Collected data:
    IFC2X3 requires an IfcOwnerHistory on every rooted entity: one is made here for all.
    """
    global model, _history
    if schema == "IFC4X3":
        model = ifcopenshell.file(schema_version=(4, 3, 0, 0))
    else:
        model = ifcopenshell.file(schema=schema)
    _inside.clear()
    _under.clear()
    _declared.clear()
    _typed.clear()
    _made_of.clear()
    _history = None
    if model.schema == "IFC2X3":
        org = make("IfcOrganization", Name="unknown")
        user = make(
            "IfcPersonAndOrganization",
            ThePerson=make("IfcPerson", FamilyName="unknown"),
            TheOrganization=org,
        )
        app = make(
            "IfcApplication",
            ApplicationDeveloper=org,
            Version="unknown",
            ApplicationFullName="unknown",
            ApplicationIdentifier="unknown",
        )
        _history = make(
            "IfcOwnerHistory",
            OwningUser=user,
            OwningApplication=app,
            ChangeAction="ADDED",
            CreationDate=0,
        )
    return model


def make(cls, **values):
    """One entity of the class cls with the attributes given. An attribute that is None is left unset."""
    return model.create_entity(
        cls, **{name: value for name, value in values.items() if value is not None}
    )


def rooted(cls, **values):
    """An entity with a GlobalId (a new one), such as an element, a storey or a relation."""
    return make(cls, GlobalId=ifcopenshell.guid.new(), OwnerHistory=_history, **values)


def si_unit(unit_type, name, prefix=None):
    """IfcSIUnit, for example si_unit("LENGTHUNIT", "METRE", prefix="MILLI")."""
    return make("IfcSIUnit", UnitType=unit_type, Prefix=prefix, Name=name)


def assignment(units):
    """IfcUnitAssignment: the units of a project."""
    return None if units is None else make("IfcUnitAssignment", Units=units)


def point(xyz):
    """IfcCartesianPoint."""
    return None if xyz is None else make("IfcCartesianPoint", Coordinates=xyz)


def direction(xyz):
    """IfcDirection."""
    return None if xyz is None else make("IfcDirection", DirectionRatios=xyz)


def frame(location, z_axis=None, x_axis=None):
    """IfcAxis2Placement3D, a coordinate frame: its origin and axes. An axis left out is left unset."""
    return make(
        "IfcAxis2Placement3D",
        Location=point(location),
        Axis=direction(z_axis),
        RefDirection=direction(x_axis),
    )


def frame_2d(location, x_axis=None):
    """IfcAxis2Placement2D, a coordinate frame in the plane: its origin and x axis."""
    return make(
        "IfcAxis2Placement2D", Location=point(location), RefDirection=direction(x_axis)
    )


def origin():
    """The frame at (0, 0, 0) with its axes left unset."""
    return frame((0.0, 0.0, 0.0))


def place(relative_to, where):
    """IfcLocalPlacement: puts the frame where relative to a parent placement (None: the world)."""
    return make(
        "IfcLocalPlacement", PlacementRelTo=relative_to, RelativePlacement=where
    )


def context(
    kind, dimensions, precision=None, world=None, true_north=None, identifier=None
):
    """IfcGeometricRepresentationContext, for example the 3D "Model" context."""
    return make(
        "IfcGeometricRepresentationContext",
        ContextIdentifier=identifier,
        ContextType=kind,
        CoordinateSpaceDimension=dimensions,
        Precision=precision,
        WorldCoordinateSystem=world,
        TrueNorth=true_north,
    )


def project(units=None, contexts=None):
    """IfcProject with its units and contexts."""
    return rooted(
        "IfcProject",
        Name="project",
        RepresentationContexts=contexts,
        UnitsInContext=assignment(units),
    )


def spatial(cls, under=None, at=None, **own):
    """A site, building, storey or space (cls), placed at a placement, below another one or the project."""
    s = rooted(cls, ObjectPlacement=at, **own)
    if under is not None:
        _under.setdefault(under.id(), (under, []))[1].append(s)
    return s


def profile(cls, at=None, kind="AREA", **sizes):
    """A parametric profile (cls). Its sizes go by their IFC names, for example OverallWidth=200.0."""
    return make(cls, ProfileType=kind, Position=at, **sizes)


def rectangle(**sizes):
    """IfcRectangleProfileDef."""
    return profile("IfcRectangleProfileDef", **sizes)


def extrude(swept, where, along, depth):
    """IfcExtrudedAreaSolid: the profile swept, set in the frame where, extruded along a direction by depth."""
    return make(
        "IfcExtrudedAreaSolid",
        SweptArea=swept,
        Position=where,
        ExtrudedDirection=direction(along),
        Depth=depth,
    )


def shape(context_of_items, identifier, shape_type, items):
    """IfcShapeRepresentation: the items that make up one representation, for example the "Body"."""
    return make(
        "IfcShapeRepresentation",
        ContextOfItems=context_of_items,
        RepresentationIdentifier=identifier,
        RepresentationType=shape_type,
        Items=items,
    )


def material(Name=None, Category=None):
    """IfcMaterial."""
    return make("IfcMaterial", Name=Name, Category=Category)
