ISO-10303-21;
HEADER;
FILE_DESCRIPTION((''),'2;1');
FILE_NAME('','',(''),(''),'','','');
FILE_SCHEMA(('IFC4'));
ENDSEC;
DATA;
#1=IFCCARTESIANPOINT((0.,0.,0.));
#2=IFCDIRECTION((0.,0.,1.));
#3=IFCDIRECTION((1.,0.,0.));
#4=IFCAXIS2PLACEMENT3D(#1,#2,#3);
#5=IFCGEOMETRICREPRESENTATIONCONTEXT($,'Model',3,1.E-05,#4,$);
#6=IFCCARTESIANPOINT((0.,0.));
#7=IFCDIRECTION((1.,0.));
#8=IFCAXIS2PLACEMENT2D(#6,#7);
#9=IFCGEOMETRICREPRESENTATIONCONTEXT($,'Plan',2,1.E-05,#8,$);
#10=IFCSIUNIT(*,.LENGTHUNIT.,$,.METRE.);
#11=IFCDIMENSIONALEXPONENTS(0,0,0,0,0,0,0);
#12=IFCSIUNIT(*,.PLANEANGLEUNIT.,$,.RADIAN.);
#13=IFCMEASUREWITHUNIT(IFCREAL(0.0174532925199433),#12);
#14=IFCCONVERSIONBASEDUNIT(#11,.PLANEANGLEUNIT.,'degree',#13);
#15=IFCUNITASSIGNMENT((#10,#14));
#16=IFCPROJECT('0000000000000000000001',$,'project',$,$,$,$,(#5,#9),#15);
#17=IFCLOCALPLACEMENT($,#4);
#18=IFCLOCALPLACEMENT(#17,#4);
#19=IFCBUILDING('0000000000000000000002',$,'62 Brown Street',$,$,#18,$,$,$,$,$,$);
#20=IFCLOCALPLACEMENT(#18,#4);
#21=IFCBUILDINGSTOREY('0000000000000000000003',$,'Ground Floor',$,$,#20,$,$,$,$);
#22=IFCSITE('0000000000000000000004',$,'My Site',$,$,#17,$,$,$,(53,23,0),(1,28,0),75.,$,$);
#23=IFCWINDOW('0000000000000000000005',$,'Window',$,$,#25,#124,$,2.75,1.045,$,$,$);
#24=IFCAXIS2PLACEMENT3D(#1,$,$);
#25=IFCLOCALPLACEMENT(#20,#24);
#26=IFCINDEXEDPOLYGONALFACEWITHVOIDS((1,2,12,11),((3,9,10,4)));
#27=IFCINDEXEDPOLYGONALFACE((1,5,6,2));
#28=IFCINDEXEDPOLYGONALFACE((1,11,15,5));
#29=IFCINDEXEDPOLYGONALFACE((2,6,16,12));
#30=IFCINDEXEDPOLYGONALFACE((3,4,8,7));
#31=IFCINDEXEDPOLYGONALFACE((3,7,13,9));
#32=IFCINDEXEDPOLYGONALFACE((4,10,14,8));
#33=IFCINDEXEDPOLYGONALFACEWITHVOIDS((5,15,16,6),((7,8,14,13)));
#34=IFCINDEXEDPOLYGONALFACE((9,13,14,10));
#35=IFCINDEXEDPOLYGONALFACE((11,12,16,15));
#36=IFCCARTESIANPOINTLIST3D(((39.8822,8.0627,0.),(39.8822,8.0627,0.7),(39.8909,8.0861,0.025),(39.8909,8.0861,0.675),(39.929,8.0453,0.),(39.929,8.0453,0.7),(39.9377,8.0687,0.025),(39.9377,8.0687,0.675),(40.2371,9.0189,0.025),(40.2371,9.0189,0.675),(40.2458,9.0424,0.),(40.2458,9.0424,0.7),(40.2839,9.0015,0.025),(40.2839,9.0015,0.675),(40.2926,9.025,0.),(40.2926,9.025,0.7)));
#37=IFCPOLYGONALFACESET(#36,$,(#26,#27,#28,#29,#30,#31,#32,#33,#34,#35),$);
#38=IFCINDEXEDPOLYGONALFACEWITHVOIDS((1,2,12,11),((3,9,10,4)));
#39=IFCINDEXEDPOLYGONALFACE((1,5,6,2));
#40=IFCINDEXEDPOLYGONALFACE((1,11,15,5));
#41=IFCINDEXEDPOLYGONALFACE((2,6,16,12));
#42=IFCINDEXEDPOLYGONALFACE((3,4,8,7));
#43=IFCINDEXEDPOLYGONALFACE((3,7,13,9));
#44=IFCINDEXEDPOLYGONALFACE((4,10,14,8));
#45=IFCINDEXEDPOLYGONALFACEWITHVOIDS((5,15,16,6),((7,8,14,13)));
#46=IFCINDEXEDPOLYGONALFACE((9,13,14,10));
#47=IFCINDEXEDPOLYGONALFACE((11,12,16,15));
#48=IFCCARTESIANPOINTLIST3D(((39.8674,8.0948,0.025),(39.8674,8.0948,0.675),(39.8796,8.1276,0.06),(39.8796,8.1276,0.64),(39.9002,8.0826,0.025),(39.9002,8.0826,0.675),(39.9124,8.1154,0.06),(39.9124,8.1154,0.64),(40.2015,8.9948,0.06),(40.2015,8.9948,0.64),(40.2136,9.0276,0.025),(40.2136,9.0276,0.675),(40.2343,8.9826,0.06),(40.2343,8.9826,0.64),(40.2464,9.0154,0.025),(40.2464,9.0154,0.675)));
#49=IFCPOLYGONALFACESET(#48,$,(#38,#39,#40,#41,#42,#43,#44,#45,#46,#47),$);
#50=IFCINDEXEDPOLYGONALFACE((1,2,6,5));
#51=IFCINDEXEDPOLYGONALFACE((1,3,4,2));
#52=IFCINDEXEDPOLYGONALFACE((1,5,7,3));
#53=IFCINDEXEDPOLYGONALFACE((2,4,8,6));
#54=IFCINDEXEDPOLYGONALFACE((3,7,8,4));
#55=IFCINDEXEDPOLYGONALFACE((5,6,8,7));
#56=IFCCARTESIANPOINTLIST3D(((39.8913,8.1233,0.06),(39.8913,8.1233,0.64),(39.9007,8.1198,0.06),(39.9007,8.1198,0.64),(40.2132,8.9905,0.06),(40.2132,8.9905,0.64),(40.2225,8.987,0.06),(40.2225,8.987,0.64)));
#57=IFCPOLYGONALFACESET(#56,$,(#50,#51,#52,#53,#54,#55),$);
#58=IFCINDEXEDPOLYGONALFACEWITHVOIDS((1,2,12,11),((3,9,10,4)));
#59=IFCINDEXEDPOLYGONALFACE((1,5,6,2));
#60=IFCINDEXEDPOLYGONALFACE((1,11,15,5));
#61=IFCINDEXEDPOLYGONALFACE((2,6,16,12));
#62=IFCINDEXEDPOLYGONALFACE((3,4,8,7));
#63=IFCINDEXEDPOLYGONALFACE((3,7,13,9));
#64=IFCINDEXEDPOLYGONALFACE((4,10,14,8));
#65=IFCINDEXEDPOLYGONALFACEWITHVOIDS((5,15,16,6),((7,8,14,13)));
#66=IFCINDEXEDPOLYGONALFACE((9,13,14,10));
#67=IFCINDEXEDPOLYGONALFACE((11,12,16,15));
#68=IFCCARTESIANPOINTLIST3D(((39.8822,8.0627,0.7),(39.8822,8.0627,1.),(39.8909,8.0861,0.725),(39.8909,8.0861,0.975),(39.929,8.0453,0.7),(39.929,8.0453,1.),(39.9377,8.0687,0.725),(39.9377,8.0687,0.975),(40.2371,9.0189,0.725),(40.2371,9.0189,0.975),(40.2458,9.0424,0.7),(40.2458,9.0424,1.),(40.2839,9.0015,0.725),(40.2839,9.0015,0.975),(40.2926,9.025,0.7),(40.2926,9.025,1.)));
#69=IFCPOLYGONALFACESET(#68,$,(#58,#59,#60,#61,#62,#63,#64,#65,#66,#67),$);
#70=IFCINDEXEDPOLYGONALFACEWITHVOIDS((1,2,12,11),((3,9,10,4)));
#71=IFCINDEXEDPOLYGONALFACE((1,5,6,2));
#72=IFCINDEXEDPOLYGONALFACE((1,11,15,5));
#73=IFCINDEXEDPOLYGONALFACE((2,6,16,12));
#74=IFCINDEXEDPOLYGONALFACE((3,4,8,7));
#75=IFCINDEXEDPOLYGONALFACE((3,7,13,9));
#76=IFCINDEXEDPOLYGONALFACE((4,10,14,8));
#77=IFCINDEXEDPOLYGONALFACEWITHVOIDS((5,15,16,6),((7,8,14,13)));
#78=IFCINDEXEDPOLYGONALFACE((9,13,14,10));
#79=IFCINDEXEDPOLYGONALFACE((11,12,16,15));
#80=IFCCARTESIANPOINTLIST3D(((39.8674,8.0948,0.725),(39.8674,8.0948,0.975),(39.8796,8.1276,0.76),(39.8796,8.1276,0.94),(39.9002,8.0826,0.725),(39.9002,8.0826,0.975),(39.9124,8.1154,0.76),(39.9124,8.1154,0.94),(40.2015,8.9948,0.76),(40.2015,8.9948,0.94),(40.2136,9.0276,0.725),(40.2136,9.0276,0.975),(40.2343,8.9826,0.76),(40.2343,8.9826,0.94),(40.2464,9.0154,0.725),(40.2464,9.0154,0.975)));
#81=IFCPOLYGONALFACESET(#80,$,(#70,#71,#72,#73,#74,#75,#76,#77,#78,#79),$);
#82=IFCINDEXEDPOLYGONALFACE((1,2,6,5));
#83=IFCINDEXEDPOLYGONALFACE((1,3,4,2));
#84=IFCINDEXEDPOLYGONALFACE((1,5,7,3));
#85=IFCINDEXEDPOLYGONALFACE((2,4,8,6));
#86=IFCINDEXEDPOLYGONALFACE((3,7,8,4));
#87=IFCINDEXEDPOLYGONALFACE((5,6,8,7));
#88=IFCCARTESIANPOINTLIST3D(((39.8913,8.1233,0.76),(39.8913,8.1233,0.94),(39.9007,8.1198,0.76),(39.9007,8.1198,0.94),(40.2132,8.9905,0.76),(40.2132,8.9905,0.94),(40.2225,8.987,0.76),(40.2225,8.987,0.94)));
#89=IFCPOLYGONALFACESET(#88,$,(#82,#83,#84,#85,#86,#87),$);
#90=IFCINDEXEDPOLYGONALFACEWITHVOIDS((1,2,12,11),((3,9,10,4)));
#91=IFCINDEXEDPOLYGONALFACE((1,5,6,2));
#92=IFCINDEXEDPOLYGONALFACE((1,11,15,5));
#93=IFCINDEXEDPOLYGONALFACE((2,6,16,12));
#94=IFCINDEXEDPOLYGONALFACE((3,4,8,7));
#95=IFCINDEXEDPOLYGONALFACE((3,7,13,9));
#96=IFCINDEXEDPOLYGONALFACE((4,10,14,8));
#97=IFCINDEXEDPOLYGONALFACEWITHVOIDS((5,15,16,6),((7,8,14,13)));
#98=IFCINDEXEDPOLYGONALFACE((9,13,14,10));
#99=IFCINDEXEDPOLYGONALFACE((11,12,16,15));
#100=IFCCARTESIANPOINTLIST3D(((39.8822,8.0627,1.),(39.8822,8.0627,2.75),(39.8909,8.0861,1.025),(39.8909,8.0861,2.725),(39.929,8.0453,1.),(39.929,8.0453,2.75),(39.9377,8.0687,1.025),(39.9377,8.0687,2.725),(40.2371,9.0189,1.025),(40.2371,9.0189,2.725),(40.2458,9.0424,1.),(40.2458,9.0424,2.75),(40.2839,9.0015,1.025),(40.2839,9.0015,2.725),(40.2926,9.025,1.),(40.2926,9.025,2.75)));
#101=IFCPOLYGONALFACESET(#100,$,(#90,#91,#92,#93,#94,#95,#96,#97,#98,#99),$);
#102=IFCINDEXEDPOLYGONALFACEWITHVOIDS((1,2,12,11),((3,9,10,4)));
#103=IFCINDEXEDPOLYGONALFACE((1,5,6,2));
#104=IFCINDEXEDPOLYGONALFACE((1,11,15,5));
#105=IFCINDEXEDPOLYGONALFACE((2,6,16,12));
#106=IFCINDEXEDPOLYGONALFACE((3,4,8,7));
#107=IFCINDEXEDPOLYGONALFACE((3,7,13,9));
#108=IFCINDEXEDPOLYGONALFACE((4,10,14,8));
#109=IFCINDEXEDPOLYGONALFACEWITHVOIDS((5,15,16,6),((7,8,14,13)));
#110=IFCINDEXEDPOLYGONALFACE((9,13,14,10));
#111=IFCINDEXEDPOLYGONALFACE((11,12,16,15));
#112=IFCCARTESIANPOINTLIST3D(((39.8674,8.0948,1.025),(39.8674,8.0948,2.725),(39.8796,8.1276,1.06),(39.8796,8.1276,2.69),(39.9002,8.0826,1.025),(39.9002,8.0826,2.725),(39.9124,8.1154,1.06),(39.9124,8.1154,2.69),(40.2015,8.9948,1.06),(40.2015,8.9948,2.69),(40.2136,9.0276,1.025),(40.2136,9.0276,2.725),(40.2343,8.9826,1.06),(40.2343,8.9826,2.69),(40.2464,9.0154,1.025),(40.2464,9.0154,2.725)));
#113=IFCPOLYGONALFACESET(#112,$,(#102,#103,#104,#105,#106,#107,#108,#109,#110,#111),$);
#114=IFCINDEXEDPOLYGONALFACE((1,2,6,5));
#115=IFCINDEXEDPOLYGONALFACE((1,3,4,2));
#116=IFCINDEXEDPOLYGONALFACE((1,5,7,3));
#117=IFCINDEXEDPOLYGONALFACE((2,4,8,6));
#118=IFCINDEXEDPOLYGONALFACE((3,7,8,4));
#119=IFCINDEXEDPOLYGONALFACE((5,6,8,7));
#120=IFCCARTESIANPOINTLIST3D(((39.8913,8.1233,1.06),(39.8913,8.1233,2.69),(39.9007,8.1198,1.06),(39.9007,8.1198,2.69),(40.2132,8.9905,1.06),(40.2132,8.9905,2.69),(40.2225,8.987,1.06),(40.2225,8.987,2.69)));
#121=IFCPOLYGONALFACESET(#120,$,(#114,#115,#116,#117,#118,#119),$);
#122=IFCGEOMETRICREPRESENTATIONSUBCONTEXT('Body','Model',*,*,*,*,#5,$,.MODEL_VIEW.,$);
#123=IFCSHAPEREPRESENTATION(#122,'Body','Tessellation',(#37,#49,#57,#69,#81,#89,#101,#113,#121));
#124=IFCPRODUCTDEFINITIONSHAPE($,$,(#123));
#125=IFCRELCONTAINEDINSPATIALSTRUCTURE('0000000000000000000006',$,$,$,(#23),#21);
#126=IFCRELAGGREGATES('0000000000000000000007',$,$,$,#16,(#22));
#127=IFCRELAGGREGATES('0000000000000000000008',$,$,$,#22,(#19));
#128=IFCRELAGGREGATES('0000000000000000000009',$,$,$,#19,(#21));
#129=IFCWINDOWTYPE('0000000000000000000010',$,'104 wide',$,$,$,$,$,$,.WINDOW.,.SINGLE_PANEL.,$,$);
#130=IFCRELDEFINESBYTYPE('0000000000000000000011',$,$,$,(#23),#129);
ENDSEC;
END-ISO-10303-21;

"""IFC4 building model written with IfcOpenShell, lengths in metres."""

from ifc_helpers import new_model, entity, si_unit, converted_unit, frame, origin_with_axes, origin_2d_with_axis, place, context, subcontext, project, spatial, line, indexed_curve, outline, extrude, shape, source, transform, mapped, type_object, type_shapes, element, save


model = new_model("IFC4")

# Units and contexts
model_context = context("Model", 3, precision=1e-05, world=origin_with_axes())
plan_context = context("Plan", 2, precision=1e-05, world=origin_2d_with_axis())
body_context_1 = subcontext(model_context, "Body", "Model", "MODEL_VIEW")
body_context_2 = subcontext(plan_context, "Body", "Plan", "PLAN_VIEW")
ifc_project = project(units=[si_unit("LENGTHUNIT", "METRE"), converted_unit("PLANEANGLEUNIT", "degree", entity("IfcReal", 0.0174532925199433), si_unit("PLANEANGLEUNIT", "RADIAN"), dimensions=[0, 0, 0, 0, 0, 0, 0])], contexts=[model_context, plan_context])

# Site, building, storey
site_placement = place(None, origin_with_axes())
site = spatial("IfcSite", under=ifc_project, at=site_placement, Name="My Site", RefLatitude=(53, 23, 0), RefLongitude=(1, 28, 0), RefElevation=75.0)
building_placement = place(site_placement, origin_with_axes())
building = spatial("IfcBuilding", under=site, at=building_placement, Name="62 Brown Street")
storey_placement = place(building_placement, origin_with_axes())
storey = spatial("IfcBuildingStorey", under=building, at=storey_placement, Name="Ground Floor")

# Window
window_type_1 = type_object("IfcWindowType", Name="104 wide", PartitioningType="SINGLE_PANEL", PredefinedType="WINDOW")
shared_shape_1 = source(origin_with_axes(), body_context_1, "Body", "SweptSolid", [
    extrude(outline(indexed_curve([(0.0, 0.0), (1.045, 0.0), (1.045, 0.7), (0.0, 0.7)], segments=[line(1, 2, 3, 4, 1)]), holes=[indexed_curve([(0.025, 0.025), (1.02, 0.025), (1.02, 0.675), (0.025, 0.675)], segments=[line(1, 2, 3, 4, 1)])]), frame((0.0, 0.15, 0.0), z_axis=(0.0, -1.0, 0.0), x_axis=(1.0, 0.0, 0.0)), (0.0, 0.0, -1.0), 0.05),
    extrude(outline(indexed_curve([(0.0, 0.0), (0.995, 0.0), (0.995, 0.65), (0.0, 0.65)], segments=[line(1, 2, 3, 4, 1)]), holes=[indexed_curve([(0.035, 0.035), (0.96, 0.035), (0.96, 0.615), (0.035, 0.615)], segments=[line(1, 2, 3, 4, 1)])]), frame((0.025, 0.19, 0.025), z_axis=(0.0, -1.0, 0.0), x_axis=(1.0, 0.0, 0.0)), (0.0, 0.0, -1.0), 0.035),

[EXERCISE DETAILS]
Above are the records; from them, give again exactly the lines from the one containing "#59=IFCINDEXEDPOLYGONALFACE((1,5,6,2));" through the one containing "#79=IFCINDEXEDPOLYGONALFACE((11,12,16,15));", both included.

[RESPONSE TO THIS TASK]
#59=IFCINDEXEDPOLYGONALFACE((1,5,6,2));
#60=IFCINDEXEDPOLYGONALFACE((1,11,15,5));
#61=IFCINDEXEDPOLYGONALFACE((2,6,16,12));
#62=IFCINDEXEDPOLYGONALFACE((3,4,8,7));
#63=IFCINDEXEDPOLYGONALFACE((3,7,13,9));
#64=IFCINDEXEDPOLYGONALFACE((4,10,14,8));
#65=IFCINDEXEDPOLYGONALFACEWITHVOIDS((5,15,16,6),((7,8,14,13)));
#66=IFCINDEXEDPOLYGONALFACE((9,13,14,10));
#67=IFCINDEXEDPOLYGONALFACE((11,12,16,15));
#68=IFCCARTESIANPOINTLIST3D(((39.8822,8.0627,0.7),(39.8822,8.0627,1.),(39.8909,8.0861,0.725),(39.8909,8.0861,0.975),(39.929,8.0453,0.7),(39.929,8.0453,1.),(39.9377,8.0687,0.725),(39.9377,8.0687,0.975),(40.2371,9.0189,0.725),(40.2371,9.0189,0.975),(40.2458,9.0424,0.7),(40.2458,9.0424,1.),(40.2839,9.0015,0.725),(40.2839,9.0015,0.975),(40.2926,9.025,0.7),(40.2926,9.025,1.)));
#69=IFCPOLYGONALFACESET(#68,$,(#58,#59,#60,#61,#62,#63,#64,#65,#66,#67),$);
#70=IFCINDEXEDPOLYGONALFACEWITHVOIDS((1,2,12,11),((3,9,10,4)));
#71=IFCINDEXEDPOLYGONALFACE((1,5,6,2));
#72=IFCINDEXEDPOLYGONALFACE((1,11,15,5));
#73=IFCINDEXEDPOLYGONALFACE((2,6,16,12));
#74=IFCINDEXEDPOLYGONALFACE((3,4,8,7));
#75=IFCINDEXEDPOLYGONALFACE((3,7,13,9));
#76=IFCINDEXEDPOLYGONALFACE((4,10,14,8));
#77=IFCINDEXEDPOLYGONALFACEWITHVOIDS((5,15,16,6),((7,8,14,13)));
#78=IFCINDEXEDPOLYGONALFACE((9,13,14,10));
#79=IFCINDEXEDPOLYGONALFACE((11,12,16,15));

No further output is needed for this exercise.